(Note: This is the second part of a two-part review. The first, which focuses on the Ouya’s emulation abilities and hardware, can be found here.)
It’s a little easier to form an opinion on the library of games available 20 or so days from the Ouya’s launch. In short, it’s not nearly what I expected. Actually, that isn’t quite fair since I’m not sure exactly what I expected. At any rate I’m sure what we have isn’t it.
My biggest problem? As shallow as it sounds, the visuals. With a few exceptions – Shadowgun probably chief among those – pretty much every title we tried suffered from a severe case of but syndrome: “This is a good game, but man those graphics are awful” is an apt description for most every decent game we played. As I said in the last review, you’d have to be on some pretty strong meds to expect anything resembling a console experience for a mid-range tablet in a box. That doesn’t mean we have to suffer with sub-NES levels of visual quality, however… where a lot of Android games are guilty of looking like tweaked-up flash titles, the Ouya’s stinkers can be downright horrendous.
Fortunately, there are a lot of games to turn to if the one you’re trying offends your delicate artistic sensibilities (or makes your eyes bleed). A broad sample of fighers, shooters, sports titles and RPGs, among others, make for a satisfyingly deep launch catalog. The venerable You Don’t Know Jack franchise even makes an appearance. If you have ADD or, like me, tend to stop playing a demo the second something comes remotely close to making you angry, it’s a wonderful thing indeed.
Though my incessant whining about pricing and freemium game models has made me AndroidShock’s resident tightwad, I’d be remiss not to whine about how much most titles for the Ouya cost as well. I don’t mind paying $10 or $15 for, like, a downloadable game on a major console. The problem is that many of the Ouya’s games feel just like mobile titles. In some cases they feel even less complex than that. Not every game comes with a ridiculous pricetag, mind you, but I found myself downloading a demo, checking the price after playing for a bit, and audibly scoffing more than a few times.

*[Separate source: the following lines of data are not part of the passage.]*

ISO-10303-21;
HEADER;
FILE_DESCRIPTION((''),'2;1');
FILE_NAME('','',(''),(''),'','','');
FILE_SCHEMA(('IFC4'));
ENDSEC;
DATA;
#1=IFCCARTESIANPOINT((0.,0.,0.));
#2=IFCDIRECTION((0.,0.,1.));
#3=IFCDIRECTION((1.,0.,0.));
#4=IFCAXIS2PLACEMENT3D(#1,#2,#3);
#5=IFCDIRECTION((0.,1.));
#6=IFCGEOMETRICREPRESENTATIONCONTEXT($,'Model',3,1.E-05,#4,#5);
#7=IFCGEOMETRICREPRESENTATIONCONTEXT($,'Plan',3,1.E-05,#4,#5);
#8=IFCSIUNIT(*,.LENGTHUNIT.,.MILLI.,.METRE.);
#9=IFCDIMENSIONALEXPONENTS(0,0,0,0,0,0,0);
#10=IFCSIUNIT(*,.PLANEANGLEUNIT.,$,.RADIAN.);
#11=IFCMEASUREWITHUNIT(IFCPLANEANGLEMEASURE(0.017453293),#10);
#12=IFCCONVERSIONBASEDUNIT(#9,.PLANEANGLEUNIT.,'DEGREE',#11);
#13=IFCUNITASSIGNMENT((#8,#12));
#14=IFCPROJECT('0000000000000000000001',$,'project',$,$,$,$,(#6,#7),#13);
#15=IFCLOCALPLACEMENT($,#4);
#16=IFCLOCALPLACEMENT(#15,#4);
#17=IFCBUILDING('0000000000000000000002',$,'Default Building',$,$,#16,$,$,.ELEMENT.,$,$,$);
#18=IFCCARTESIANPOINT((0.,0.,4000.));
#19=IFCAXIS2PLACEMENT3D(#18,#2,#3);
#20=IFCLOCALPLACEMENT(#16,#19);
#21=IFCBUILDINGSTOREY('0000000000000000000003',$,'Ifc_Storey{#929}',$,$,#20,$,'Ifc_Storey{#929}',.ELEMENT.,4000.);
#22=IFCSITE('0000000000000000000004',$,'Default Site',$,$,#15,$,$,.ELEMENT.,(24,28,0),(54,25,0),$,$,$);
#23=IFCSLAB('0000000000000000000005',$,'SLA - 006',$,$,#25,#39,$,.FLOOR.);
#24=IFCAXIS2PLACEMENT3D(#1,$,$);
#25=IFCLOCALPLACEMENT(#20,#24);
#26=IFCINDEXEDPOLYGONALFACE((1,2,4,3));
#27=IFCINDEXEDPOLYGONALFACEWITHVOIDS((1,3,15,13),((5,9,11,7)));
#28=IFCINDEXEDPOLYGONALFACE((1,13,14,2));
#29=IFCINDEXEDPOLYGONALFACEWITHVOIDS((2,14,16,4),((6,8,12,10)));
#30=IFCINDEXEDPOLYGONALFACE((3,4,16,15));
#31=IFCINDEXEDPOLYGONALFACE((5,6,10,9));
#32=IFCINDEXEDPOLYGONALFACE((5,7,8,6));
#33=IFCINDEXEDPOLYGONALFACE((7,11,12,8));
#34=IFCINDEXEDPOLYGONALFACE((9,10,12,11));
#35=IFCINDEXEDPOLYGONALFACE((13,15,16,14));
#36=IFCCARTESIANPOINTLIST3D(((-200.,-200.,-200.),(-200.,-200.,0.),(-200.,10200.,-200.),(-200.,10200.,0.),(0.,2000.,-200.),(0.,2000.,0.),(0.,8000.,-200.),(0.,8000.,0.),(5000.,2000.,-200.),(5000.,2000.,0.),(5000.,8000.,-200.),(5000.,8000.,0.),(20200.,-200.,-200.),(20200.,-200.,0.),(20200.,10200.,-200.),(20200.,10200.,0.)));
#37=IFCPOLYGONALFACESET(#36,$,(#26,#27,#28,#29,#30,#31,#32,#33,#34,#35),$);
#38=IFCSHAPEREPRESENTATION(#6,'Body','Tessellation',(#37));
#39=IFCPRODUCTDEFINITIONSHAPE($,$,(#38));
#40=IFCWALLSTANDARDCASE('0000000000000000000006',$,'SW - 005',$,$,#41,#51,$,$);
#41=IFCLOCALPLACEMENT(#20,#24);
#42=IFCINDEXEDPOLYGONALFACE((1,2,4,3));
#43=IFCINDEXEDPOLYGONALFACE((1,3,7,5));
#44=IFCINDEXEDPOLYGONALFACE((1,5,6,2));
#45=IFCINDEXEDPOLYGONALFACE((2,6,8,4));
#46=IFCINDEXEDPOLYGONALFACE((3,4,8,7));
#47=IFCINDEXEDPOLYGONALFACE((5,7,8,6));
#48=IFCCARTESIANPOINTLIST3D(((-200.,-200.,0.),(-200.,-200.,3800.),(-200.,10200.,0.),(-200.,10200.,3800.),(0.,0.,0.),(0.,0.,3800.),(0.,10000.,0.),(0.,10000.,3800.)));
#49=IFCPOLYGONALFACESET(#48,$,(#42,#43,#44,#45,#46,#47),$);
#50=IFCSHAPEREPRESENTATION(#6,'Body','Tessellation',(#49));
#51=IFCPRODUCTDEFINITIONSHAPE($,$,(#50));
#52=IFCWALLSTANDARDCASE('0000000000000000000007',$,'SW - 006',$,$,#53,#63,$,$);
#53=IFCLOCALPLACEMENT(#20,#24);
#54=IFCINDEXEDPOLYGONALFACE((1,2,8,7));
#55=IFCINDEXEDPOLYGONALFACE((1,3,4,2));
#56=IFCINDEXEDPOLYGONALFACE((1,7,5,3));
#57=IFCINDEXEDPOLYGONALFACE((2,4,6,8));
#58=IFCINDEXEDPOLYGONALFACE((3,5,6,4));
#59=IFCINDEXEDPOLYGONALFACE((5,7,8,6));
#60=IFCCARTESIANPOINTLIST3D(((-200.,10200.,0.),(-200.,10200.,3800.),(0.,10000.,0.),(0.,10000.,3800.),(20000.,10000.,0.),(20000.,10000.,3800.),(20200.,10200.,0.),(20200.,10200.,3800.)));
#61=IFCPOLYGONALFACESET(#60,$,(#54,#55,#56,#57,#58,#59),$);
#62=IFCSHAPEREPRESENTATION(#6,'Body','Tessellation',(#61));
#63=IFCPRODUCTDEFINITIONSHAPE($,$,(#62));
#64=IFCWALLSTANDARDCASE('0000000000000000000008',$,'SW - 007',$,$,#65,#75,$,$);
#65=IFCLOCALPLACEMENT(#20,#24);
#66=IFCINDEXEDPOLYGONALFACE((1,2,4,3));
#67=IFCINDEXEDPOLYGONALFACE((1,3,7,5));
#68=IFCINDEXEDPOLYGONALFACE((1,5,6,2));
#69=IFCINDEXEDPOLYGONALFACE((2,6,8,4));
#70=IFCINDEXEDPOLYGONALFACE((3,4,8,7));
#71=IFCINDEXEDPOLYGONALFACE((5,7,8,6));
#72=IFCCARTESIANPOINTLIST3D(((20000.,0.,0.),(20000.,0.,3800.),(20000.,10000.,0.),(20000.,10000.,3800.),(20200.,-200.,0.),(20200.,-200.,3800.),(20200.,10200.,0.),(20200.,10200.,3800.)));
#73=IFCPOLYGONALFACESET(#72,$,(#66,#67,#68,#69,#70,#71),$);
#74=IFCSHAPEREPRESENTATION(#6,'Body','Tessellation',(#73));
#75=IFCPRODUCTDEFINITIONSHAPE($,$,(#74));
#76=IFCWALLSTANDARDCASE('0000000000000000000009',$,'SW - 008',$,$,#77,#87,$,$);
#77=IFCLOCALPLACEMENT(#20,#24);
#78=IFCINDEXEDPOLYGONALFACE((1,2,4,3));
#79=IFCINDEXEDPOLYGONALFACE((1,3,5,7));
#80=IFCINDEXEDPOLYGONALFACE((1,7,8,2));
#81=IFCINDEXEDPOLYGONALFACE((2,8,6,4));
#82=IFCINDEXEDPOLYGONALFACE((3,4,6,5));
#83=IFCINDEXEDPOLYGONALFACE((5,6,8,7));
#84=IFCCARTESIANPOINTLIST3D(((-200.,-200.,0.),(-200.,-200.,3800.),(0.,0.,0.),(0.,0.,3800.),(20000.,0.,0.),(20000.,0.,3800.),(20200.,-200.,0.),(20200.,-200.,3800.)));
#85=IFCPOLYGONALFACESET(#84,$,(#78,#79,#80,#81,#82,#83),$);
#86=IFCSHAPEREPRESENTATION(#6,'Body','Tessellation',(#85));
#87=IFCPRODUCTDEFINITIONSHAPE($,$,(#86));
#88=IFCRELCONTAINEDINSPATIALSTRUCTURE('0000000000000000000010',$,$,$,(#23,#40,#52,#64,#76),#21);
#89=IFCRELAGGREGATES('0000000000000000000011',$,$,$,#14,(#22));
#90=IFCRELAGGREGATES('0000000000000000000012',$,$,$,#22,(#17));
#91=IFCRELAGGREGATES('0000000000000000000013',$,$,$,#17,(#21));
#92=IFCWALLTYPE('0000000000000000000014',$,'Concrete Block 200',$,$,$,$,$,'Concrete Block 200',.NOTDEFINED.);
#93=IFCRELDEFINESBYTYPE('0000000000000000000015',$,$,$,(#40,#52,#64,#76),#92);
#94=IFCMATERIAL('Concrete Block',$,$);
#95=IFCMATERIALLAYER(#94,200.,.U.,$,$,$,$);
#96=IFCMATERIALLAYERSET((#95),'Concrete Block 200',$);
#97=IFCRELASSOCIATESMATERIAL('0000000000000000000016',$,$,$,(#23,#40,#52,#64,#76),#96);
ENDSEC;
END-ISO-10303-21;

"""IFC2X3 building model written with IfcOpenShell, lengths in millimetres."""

from ifc_helpers import new_model, entity, si_unit, converted_unit, direction, frame, origin_with_axes, place, context, project, spatial, polyline, outline, extrude, material, layer, layer_set, layer_usage, type_object, element, save


model = new_model("IFC2X3")

# Units and contexts
model_context = context("Model", 3, precision=1e-05, world=origin_with_axes(), true_north=direction((0.0, 1.0)))
plan_context = context("Plan", 3, precision=1e-05, world=origin_with_axes(), true_north=direction((0.0, 1.0)))
ifc_project = project(units=[si_unit("LENGTHUNIT", "METRE", prefix="MILLI"), converted_unit("PLANEANGLEUNIT", "DEGREE", entity("IfcPlaneAngleMeasure", 0.017453293), si_unit("PLANEANGLEUNIT", "RADIAN"), dimensions=[0, 0, 0, 0, 0, 0, 0])], contexts=[model_context, plan_context])

# Site, building, storey
site_placement = place(None, origin_with_axes())
site = spatial("IfcSite", under=ifc_project, at=site_placement, Name="Default Site", CompositionType="ELEMENT", RefLatitude=(24, 28, 0), RefLongitude=(54, 25, 0))
building_placement = place(site_placement, origin_with_axes())
building = spatial("IfcBuilding", under=site, at=building_placement, Name="Default Building", CompositionType="ELEMENT")
storey_placement = place(building_placement, frame((0.0, 0.0, 4000.0), z_axis=(0.0, 0.0, 1.0), x_axis=(1.0, 0.0, 0.0)))
storey = spatial("IfcBuildingStorey", under=building, at=storey_placement, Name="Ifc_Storey{#929}", LongName="Ifc_Storey{#929}", CompositionType="ELEMENT", Elevation=4000.0)

# Slab, opening
ifc_material = material(Name="Concrete Block")
ifc_layer = layer(ifc_material, 200.0, ventilated="UNKNOWN")
ifc_layer_set = layer_set([ifc_layer], Name="Concrete Block 200")
ifc_layer_usage_1 = layer_usage(ifc_layer_set, "AXIS3", "NEGATIVE", 200.0)
slab_placement = place(storey_placement, frame((-200.0, -200.0, -200.0), z_axis=(0.0, 0.0, 1.0), x_axis=(1.0, 0.0, 0.0)))
slab = element("IfcSlab", 1, at=slab_placement, inside=storey, material=ifc_layer_usage_1, Name="SLA - 006", PredefinedType="FLOOR", context=model_context, shape_type="SweptSolid", body=[
    extrude(outline(polyline([(0.0, 0.0), (20400.0, 0.0), (20400.0, 10400.0), (0.0, 10400.0), (0.0, 0.0)])), origin_with_axes(), (0.0, 0.0, 1.0), 200.0),
])
opening_placement = place(slab_placement, origin_with_axes())
element("IfcOpeningElement", 2, at=opening_placement, cuts=slab, context=model_context, shape_type="SweptSolid", body=[
    extrude(outline(polyline([(5200.0, 2200.0), (200.0, 2200.0), (200.0, 8200.0), (5200.0, 8200.0), (5200.0, 2200.0)])), origin_with_axes(), (0.0, 0.0, 1.0), 200.0),
])

# Walls
ifc_layer_usage_2 = layer_usage(ifc_layer_set, "AXIS2", "POSITIVE", 0.0)
wall_type = type_object("IfcWallType", Name="Concrete Block 200", ElementType="Concrete Block 200", PredefinedType="NOTDEFINED")
wall_1_placement = place(storey_placement, frame((0.0, 0.0, 0.0), z_axis=(0.0, 0.0, 1.0), x_axis=(0.0, 1.0, 0.0)))
element("IfcWallStandardCase", 3, at=wall_1_placement, inside=storey, type_object=wall_type, material=ifc_layer_usage_2, Name="SW - 005", context=model_context, shape_type="SweptSolid", body=[
    extrude(outline(polyline([(0.0, 0.0), (10000.0, 0.0), (10200.0, 200.0), (-200.0, 200.0), (0.0, 0.0)])), origin_with_axes(), (0.0, 0.0, 1.0), 3800.0),
])
ifc_layer_usage_3 = layer_usage(ifc_layer_set, "AXIS2", "POSITIVE", 0.0)
wall_2_placement = place(storey_placement, frame((0.0, 10000.0, 0.0), z_axis=(0.0, 0.0, 1.0), x_axis=(1.0, 0.0, 0.0)))
element("IfcWallStandardCase", 4, at=wall_2_placement, inside=storey, type_object=wall_type, material=ifc_layer_usage_3, Name="SW - 006", context=model_context, shape_type="SweptSolid", body=[
    extrude(outline(polyline([(0.0, 0.0), (20000.0, 0.0), (20200.0, 200.0), (-200.0, 200.0), (0.0, 0.0)])), origin_with_axes(), (0.0, 0.0, 1.0), 3800.0),
])
ifc_layer_usage_4 = layer_usage(ifc_layer_set, "AXIS2", "POSITIVE", 0.0)
wall_3_placement = place(storey_placement, frame((20000.0, 10000.0, 0.0), z_axis=(0.0, 0.0, 1.0), x_axis=(0.0, -1.0, 0.0)))
element("IfcWallStandardCase", 5, at=wall_3_placement, inside=storey, type_object=wall_type, material=ifc_layer_usage_4, Name="SW - 007", context=model_context, shape_type="SweptSolid", body=[
    extrude(outline(polyline([(0.0, 0.0), (10000.0, 0.0), (10200.0, 200.0), (-200.0, 200.0), (0.0, 0.0)])), origin_with_axes(), (0.0, 0.0, 1.0), 3800.0),
])
ifc_layer_usage_5 = layer_usage(ifc_layer_set, "AXIS2", "POSITIVE", 0.0)
wall_4_placement = place(storey_placement, frame((20000.0, 0.0, 0.0), z_axis=(0.0, 0.0, 1.0), x_axis=(-1.0, 0.0, 0.0)))
element("IfcWallStandardCase", 6, at=wall_4_placement, inside=storey, type_object=wall_type, material=ifc_layer_usage_5, Name="SW - 008", context=model_context, shape_type="SweptSolid", body=[
    extrude(outline(polyline([(0.0, 0.0), (20000.0, 0.0), (20200.0, 200.0), (-200.0, 200.0), (0.0, 0.0)])), origin_with_axes(), (0.0, 0.0, 1.0), 3800.0),
])

save(model, "model.ifc")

Outside of those three points, there’s not much of a unifying theme between the Ouya Store’s offerings to complain about or praise. The following list of mini-reviews reflects a few titles whose qualities (good or bad) make them stand out against other available launch titles.
You Don’t Know Jack
We brought it up first, so let’s talk about it first. If you’re a fan of the series, you’ll be pleased to hear it’s an excellent Jack experience, with 20 hilarious episodes featuring Cookie Masterson and company for a mere $9.99. If you’re not… wait a second. You dislike You Don’t Know Jack? Weirdo. It’s one of the best values on the Ouya to date and probably my favorite game available for it besides.
You may remember our not-so-enthused review of Ravensword: Shadowlands, in which we dogged on the framerate and semi-wonky controls. On the Ouya, things look and feel much more natural, with solid OEM controller support and far fewer instances of stuttering/slowdown. It’s an unabashed Elder Scrolls clone, sure, but it does its job well enough to more than justify its $7 price tag, especially considering the cost of some of its competitors.
I keep saying terms like “killer app” thrown around in online discussions about TowerFall. I personally don’t get it. I wish I would have known I wouldn’t get it before I dropped $15 to buy it, too, because my disappointment probably colors my opinion of the whole game. It’s a decent multiplayer title that gets fun the more players you add, but $15? Really? Either the people lauding it with praise have lower expectations than I do or I (along with all the people I had playing it with me) am missing something. At five bucks, it’s a good deal. At ten, it’s okay. Past that, I’d have passed.
I spent most of my time with this game trying to figure out what the hell it was I was supposed to do. This was due in part to the gameplay and in much larger part to the visuals, which resembled games I played on computers and came installed on floppy disks. It’s a downside of lax restrictions for developers, I suppose – the folks making the decisions must have opted for quality over quantity. I can’t help but think they should have raised the bar at least a little higher. An abundance of games resembling this one backs me up on that, I think.
Jump To Win!
Okay, seriously. Again, I understand the importance of giving newer and lesser-known developers access to the marketplace, but this looks like something out of a Max Headroom video. If I wanted to watch low-poly models with floaty animation perform banal tasks in a (very) loose semblance of what the average gamer would consider “gameplay,” I’d have gone for the genre champ, Superman 64. This one’s so bad, and so bad on so many levels, it’s kind of an embarrassment.
There are a lot more games on the Ouya market, and I certainly can’t admit to having played them all. That said, the current dearth of compelling games make me think it may be worth waiting a few months before plopping $100 down on the system. I can’t say it’s a bad launch library, especially considering the sheer number of games available — I can, and will, say it’s an underwhelming one. If you don’t mind buying a system for the potential it offers, you might get a kick out of the Ouya. If not, wait it out. You’ll thank us later.